## Saved data entries
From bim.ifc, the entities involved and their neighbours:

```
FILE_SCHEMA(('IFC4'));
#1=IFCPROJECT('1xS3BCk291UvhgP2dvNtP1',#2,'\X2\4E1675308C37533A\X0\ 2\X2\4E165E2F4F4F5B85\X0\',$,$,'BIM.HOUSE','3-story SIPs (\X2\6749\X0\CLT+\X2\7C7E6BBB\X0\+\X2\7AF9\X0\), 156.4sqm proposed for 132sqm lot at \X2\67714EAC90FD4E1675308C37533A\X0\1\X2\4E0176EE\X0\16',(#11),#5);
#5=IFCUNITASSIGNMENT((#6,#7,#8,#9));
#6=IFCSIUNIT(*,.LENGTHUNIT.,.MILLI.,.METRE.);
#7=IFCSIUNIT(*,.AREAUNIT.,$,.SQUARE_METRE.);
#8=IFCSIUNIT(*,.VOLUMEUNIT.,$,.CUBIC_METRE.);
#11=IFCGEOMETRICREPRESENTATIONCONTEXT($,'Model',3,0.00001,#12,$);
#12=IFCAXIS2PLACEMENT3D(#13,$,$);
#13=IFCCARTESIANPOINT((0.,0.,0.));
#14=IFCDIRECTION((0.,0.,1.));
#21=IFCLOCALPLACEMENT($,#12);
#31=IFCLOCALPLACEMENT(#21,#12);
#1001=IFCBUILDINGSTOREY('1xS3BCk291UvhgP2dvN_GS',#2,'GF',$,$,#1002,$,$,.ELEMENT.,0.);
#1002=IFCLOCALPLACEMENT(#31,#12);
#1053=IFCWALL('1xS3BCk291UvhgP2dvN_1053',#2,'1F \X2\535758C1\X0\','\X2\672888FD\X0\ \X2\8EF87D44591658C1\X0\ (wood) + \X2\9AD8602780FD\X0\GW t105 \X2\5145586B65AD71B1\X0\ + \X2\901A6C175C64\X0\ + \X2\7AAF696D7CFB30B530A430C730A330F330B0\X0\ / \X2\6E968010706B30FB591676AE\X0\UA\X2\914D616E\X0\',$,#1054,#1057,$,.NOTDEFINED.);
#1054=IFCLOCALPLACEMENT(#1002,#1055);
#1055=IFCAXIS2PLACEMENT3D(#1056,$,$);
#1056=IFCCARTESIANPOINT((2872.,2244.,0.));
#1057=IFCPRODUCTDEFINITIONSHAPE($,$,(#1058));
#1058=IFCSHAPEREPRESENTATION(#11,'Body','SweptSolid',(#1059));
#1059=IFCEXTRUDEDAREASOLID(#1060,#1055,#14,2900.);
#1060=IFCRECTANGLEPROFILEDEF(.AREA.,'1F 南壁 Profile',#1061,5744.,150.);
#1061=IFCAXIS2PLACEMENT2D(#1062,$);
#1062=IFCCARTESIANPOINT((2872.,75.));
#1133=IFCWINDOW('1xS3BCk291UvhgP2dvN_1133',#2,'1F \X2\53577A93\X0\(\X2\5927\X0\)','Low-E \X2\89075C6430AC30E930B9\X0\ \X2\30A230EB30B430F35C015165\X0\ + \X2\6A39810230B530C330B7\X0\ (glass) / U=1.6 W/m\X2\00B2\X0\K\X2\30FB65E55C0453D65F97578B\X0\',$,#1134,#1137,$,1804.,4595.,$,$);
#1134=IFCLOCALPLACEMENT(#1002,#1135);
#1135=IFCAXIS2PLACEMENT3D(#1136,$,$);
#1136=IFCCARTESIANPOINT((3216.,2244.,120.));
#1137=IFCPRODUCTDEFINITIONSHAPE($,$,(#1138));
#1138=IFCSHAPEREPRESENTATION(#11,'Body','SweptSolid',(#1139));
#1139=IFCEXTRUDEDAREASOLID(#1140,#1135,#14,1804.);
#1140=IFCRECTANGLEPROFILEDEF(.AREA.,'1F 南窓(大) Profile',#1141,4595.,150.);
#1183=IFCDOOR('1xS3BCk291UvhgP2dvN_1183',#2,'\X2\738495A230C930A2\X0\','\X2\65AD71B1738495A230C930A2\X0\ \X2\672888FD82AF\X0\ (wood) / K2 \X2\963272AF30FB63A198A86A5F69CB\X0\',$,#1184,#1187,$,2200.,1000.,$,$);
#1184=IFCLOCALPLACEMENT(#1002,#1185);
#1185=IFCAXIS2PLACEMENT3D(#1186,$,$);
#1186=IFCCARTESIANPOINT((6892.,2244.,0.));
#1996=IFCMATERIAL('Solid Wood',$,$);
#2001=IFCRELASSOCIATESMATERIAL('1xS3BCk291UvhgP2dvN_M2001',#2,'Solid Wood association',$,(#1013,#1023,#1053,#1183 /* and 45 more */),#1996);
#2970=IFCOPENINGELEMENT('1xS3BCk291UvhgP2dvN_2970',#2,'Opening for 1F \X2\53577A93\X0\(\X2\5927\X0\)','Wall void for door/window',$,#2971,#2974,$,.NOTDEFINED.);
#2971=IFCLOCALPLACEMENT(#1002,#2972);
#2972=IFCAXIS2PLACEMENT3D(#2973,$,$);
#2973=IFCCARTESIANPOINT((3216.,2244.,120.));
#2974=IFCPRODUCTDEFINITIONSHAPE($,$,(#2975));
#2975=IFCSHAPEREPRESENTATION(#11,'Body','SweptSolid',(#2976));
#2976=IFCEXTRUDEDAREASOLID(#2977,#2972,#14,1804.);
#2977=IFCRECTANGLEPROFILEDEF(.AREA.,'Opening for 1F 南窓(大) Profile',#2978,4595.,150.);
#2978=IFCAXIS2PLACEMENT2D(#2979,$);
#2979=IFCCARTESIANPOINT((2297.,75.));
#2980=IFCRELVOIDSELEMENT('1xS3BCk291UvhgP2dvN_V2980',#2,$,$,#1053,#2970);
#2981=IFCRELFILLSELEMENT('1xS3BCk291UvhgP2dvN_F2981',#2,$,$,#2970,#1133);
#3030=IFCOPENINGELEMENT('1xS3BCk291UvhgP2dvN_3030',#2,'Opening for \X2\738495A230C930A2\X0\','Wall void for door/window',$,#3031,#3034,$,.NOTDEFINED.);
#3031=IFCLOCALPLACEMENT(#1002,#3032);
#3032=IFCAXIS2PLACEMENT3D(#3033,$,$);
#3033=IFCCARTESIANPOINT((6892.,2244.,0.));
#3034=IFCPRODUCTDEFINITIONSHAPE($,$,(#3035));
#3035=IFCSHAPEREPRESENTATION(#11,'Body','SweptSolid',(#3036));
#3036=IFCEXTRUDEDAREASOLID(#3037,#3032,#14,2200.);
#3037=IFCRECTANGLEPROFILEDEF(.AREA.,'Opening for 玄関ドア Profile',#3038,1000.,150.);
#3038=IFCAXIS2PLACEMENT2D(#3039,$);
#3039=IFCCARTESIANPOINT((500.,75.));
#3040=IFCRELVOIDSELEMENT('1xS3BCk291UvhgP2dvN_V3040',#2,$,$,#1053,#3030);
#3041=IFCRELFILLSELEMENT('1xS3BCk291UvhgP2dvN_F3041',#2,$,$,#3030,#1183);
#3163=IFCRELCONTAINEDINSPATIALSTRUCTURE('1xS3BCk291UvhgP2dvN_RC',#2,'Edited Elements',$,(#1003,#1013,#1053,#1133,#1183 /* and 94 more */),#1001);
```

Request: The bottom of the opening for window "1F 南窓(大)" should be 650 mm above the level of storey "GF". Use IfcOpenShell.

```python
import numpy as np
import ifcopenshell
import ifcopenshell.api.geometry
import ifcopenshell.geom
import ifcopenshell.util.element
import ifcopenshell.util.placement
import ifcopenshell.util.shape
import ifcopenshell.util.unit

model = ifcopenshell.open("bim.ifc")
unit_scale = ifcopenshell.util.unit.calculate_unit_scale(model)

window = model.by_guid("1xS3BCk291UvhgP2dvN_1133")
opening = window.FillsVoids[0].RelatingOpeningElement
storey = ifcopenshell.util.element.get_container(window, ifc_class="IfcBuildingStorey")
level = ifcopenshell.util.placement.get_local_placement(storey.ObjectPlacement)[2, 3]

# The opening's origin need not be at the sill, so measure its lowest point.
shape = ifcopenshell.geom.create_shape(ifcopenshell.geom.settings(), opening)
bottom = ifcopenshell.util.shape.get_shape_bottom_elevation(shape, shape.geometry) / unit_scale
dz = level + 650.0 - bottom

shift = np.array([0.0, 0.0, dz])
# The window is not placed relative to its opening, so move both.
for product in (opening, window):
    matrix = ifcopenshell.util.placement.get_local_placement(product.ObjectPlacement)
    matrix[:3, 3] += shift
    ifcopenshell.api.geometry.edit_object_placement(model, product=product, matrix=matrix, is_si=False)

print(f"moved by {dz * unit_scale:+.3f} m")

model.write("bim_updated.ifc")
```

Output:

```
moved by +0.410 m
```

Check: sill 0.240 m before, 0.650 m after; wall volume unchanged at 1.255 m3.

## EXERCISE AIM
Based on the records above, count the lines in which "IFCEXTRUDEDAREASOLID" occurs and provide only the number.

## EXERCISE RESPONSE
4